TO DO: One part of the entries below is wanted: the lines from the one containing "#21=IFCINDEXEDPOLYGONALFACE((1,2,5,4));" through the one containing "#32=IFCINDEXEDPOLYGONALFACE((15,17,18,16));". Write those out exactly and nothing else.

MATERIAL PROVIDED:

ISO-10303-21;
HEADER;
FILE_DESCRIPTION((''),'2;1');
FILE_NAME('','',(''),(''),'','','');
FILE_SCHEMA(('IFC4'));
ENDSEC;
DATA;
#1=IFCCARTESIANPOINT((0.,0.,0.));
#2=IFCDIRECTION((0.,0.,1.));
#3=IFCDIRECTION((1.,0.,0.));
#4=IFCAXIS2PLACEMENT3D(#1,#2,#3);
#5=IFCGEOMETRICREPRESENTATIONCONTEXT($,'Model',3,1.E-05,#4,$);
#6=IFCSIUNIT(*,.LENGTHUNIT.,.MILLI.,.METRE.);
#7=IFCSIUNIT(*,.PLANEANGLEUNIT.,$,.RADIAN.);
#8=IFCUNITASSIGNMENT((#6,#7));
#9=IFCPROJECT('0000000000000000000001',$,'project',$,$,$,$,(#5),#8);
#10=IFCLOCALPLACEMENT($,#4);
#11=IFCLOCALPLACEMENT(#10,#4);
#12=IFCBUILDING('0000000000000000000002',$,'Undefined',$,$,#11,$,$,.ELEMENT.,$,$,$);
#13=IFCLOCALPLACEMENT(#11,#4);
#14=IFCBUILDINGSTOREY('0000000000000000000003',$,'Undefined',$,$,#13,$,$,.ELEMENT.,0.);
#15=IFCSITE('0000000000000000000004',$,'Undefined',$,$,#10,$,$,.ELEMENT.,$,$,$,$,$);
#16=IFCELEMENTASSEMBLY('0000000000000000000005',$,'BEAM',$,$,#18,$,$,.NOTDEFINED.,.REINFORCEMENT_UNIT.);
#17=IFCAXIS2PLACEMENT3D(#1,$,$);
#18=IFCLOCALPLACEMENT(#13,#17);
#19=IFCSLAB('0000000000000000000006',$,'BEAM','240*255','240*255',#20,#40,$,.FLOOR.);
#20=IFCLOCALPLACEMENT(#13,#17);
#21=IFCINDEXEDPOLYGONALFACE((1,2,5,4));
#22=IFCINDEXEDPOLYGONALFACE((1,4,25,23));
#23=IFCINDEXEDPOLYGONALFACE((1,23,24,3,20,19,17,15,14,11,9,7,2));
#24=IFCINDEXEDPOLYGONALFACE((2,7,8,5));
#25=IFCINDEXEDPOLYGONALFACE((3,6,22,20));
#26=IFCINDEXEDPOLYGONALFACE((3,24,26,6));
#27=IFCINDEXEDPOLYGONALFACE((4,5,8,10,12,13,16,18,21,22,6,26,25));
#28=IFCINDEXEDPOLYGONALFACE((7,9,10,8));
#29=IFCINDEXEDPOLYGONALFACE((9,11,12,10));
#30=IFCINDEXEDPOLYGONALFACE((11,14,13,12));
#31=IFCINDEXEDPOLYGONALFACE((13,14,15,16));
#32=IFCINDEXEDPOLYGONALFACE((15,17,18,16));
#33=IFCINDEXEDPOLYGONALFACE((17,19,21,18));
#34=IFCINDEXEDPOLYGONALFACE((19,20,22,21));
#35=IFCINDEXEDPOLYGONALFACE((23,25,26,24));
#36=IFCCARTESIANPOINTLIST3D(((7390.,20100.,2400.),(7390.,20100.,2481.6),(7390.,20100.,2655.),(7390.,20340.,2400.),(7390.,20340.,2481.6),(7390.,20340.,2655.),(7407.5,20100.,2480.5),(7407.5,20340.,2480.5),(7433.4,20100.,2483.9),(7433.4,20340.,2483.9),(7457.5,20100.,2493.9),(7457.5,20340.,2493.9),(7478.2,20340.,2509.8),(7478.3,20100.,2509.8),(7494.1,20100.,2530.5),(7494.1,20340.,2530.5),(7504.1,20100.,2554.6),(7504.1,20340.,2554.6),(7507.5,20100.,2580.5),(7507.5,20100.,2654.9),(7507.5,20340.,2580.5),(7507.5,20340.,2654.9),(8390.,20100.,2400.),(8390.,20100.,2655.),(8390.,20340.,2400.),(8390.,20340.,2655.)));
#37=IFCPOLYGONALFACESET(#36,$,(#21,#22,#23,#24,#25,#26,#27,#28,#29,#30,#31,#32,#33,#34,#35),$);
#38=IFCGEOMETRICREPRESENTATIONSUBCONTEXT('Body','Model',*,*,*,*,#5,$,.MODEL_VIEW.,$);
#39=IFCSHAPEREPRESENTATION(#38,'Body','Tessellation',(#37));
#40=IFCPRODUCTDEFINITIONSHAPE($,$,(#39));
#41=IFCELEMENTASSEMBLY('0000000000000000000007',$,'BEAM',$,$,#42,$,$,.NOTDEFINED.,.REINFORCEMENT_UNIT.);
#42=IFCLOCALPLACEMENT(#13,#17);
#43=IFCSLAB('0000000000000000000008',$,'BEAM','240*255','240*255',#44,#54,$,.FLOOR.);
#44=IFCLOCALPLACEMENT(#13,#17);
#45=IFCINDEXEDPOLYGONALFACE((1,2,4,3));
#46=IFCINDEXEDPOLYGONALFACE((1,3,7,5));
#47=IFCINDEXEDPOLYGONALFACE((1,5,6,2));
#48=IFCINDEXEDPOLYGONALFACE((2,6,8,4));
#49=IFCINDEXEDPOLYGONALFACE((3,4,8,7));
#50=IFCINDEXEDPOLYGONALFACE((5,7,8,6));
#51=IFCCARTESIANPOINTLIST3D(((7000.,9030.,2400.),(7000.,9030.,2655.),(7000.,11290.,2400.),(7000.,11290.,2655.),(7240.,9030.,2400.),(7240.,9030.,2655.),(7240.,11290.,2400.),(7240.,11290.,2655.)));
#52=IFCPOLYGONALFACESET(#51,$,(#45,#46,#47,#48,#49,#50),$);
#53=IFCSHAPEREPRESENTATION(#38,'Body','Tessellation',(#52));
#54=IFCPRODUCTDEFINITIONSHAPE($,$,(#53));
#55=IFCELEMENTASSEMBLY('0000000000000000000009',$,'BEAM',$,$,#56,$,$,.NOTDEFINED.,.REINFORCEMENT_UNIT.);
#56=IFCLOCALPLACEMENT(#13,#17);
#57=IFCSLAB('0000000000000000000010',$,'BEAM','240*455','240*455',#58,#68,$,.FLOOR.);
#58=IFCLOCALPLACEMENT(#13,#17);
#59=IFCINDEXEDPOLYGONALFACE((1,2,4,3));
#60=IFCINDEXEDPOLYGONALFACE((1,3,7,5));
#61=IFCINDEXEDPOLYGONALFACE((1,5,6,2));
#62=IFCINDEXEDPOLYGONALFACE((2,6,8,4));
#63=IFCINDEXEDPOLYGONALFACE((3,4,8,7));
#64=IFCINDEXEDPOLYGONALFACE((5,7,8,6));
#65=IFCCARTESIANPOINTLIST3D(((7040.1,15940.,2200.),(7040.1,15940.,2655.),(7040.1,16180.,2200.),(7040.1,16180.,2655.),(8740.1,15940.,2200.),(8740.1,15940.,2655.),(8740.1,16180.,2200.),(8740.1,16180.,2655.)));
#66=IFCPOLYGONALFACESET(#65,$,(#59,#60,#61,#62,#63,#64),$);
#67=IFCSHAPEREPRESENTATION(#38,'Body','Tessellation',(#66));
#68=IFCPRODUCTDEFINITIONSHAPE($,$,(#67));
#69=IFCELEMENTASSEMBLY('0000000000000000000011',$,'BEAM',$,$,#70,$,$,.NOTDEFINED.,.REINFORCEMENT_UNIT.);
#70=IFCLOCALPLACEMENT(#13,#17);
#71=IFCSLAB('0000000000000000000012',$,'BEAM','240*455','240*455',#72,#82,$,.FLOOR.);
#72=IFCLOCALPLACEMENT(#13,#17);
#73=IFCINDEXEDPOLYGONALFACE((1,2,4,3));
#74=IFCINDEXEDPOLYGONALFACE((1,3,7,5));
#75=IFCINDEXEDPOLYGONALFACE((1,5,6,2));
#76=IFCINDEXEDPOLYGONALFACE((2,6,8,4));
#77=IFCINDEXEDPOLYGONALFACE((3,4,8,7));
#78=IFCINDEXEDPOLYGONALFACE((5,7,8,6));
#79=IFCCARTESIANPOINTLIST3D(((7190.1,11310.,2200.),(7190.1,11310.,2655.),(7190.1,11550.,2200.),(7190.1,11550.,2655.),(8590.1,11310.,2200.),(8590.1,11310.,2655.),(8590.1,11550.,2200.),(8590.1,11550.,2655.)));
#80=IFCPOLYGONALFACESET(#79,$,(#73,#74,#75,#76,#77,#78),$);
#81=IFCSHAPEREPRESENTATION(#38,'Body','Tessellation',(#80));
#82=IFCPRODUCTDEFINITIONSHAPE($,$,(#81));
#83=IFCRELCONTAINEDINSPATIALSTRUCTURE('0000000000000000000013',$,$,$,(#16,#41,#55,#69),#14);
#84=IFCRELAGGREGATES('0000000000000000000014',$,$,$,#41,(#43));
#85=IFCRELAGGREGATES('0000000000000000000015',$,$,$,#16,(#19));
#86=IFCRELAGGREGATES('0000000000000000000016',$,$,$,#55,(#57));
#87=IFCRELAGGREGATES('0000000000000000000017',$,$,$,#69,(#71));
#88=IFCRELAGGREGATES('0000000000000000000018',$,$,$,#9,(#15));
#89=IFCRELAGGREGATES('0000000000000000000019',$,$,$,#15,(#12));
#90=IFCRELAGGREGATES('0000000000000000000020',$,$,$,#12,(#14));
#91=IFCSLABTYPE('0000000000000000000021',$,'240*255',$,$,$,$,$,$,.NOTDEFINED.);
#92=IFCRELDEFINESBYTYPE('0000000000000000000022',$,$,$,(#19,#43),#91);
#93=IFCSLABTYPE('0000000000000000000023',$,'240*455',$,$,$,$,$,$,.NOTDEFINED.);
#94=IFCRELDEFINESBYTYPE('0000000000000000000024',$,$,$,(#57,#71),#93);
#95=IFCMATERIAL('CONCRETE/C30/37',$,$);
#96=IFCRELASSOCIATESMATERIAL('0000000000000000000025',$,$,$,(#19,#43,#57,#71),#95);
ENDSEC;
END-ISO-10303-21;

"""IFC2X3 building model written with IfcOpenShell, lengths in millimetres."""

from ifc_helpers import new_model, si_unit, frame, origin_with_axes, place, context, subcontext, project, spatial, polyline, outline, extrude, boolean, material, type_object, element, aggregate, save


model = new_model("IFC2X3")

# Units and contexts
model_context = context("Model", 3, precision=1e-05, world=origin_with_axes())
body_context = subcontext(model_context, "Body", "Model", "MODEL_VIEW")
ifc_project = project(units=[si_unit("LENGTHUNIT", "METRE", prefix="MILLI"), si_unit("PLANEANGLEUNIT", "RADIAN")], contexts=[model_context])

# Site, building, storey
site_placement = place(None, origin_with_axes())
site = spatial("IfcSite", under=ifc_project, at=site_placement, Name="Undefined", CompositionType="ELEMENT")
building_placement = place(site_placement, origin_with_axes())
building = spatial("IfcBuilding", under=site, at=building_placement, Name="Undefined", CompositionType="ELEMENT")
storey_placement = place(building_placement, origin_with_axes())
storey = spatial("IfcBuildingStorey", under=building, at=storey_placement, Name="Undefined", CompositionType="ELEMENT", Elevation=0.0)

# Element assemblies, slabs
assembly_1_placement = place(storey_placement, origin_with_axes())
assembly_1 = element("IfcElementAssembly", 1, at=assembly_1_placement, inside=storey, Name="BEAM", AssemblyPlace="NOTDEFINED", PredefinedType="REINFORCEMENT_UNIT")
ifc_material_1 = material(Name="CONCRETE/C30/37")
slab_type_1 = type_object("IfcSlabType", Name="240*255", PredefinedType="NOTDEFINED")
slab_1_placement = place(assembly_1_placement, frame((7390.0, 20220.0, 2400.0), z_axis=(0.0, 1.0, 0.0), x_axis=(0.0, 0.0, 1.0)))
slab_1 = element("IfcSlab", 2, at=slab_1_placement, type_object=slab_type_1, material=ifc_material_1, Name="BEAM", Description="240*255", ObjectType="240*255", PredefinedType="FLOOR", context=body_context, shape_type="CSG", body=[
    boolean("DIFFERENCE", extrude(outline(polyline([(0.0, 0.0), (255.0, 0.0), (255.0, 1000.0), (0.0, 1000.0), (0.0, 0.0)])), frame((0.0, 0.0, -120.0), z_axis=(0.0, 0.0, 1.0), x_axis=(1.0, 0.0, 0.0)), (0.0, 0.0, 1.0), 240.0), extrude(outline(polyline([(0.0, 0.0), (173.4, 0.0), (174.5, 17.5), (171.1, 43.4), (161.1, 67.5), (145.2, 88.3), (124.5, 104.1), (100.4, 114.1), (74.5, 117.5), (0.1, 117.5), (0.0, 0.0)])), frame((255.0, 0.0, 125.0), z_axis=(-0.000017, 0.000025, -1.0), x_axis=(-1.0, 0.000002, 0.000017)), (0.0, 0.0, 1.0), 250.0)),
])
assembly_2_placement = place(storey_placement, origin_with_axes())
assembly_2 = element("IfcElementAssembly", 3, at=assembly_2_placement, inside=storey, Name="BEAM", AssemblyPlace="NOTDEFINED", PredefinedType="REINFORCEMENT_UNIT")
slab_2_placement = place(assembly_2_placement, frame((7120.0, 11290.0, 2400.0), z_axis=(1.0, 0.0, 0.0), x_axis=(0.0, 0.0, 1.0)))
slab_2 = element("IfcSlab", 4, at=slab_2_placement, type_object=slab_type_1, material=ifc_material_1, Name="BEAM", Description="240*255", ObjectType="240*255", PredefinedType="FLOOR", context=body_context, shape_type="SweptSolid", body=[
    extrude(outline(polyline([(0.0, 0.0), (255.0, 0.0), (255.0, 2260.0), (0.0, 2260.0), (0.0, 0.0)])), frame((0.0, 0.0, -120.0), z_axis=(0.0, 0.0, 1.0), x_axis=(1.0, 0.0, 0.0)), (0.0, 0.0, 1.0), 240.0),
])
aggregate(assembly_2, [slab_2])
assembly_3_placement = place(storey_placement, origin_with_axes())
assembly_3 = element("IfcElementAssembly", 5, at=assembly_3_placement, inside=storey, Name="BEAM", AssemblyPlace="NOTDEFINED", PredefinedType="REINFORCEMENT_UNIT")
slab_type_2 = type_object("IfcSlabType", Name="240*455", PredefinedType="NOTDEFINED")
slab_3_placement = place(assembly_3_placement, frame((7040.1, 16060.0, 2200.0), z_axis=(0.0, 1.0, 0.0), x_axis=(0.0, 0.0, 1.0)))
slab_3 = element("IfcSlab", 6, at=slab_3_placement, type_object=slab_type_2, material=ifc_material_1, Name="BEAM", Description="240*455", ObjectType="240*455", PredefinedType="FLOOR", context=body_context, shape_type="SweptSolid", body=[
    extrude(outline(polyline([(0.0, 0.0), (455.0, 0.0), (455.0, 1700.0), (0.0, 1700.0), (0.0, 0.0)])), frame((0.0, 0.0, -120.0), z_axis=(0.0, 0.0, 1.0), x_axis=(1.0, 0.0, 0.0)), (0.0, 0.0, 1.0), 240.0),
])
assembly_4_placement = place(storey_placement, origin_with_axes())
assembly_4 = element("IfcElementAssembly", 7, at=assembly_4_placement, inside=storey, Name="BEAM", AssemblyPlace="NOTDEFINED", PredefinedType="REINFORCEMENT_UNIT")
slab_4_placement = place(assembly_4_placement, frame((7190.1, 11430.0, 2200.0), z_axis=(0.0, 1.0, 0.0), x_axis=(0.0, 0.0, 1.0)))
slab_4 = element("IfcSlab", 8, at=slab_4_placement, type_object=slab_type_2, material=ifc_material_1, Name="BEAM", Description="240*455", ObjectType="240*455", PredefinedType="FLOOR", context=body_context, shape_type="SweptSolid", body=[
    extrude(outline(polyline([(0.0, 0.0), (455.0, 0.0), (455.0, 1400.0), (0.0, 1400.0), (0.0, 0.0)])), frame((0.0, 0.0, -120.0), z_axis=(0.0, 0.0, 1.0), x_axis=(1.0, 0.0, 0.0)), (0.0, 0.0, 1.0), 240.0),
])

aggregate(assembly_1, [slab_1])
aggregate(assembly_3, [slab_3])
aggregate(assembly_4, [slab_4])

save(model, "model.ifc")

TASK ANSWER:
#21=IFCINDEXEDPOLYGONALFACE((1,2,5,4));
#22=IFCINDEXEDPOLYGONALFACE((1,4,25,23));
#23=IFCINDEXEDPOLYGONALFACE((1,23,24,3,20,19,17,15,14,11,9,7,2));
#24=IFCINDEXEDPOLYGONALFACE((2,7,8,5));
#25=IFCINDEXEDPOLYGONALFACE((3,6,22,20));
#26=IFCINDEXEDPOLYGONALFACE((3,24,26,6));
#27=IFCINDEXEDPOLYGONALFACE((4,5,8,10,12,13,16,18,21,22,6,26,25));
#28=IFCINDEXEDPOLYGONALFACE((7,9,10,8));
#29=IFCINDEXEDPOLYGONALFACE((9,11,12,10));
#30=IFCINDEXEDPOLYGONALFACE((11,14,13,12));
#31=IFCINDEXEDPOLYGONALFACE((13,14,15,16));
#32=IFCINDEXEDPOLYGONALFACE((15,17,18,16));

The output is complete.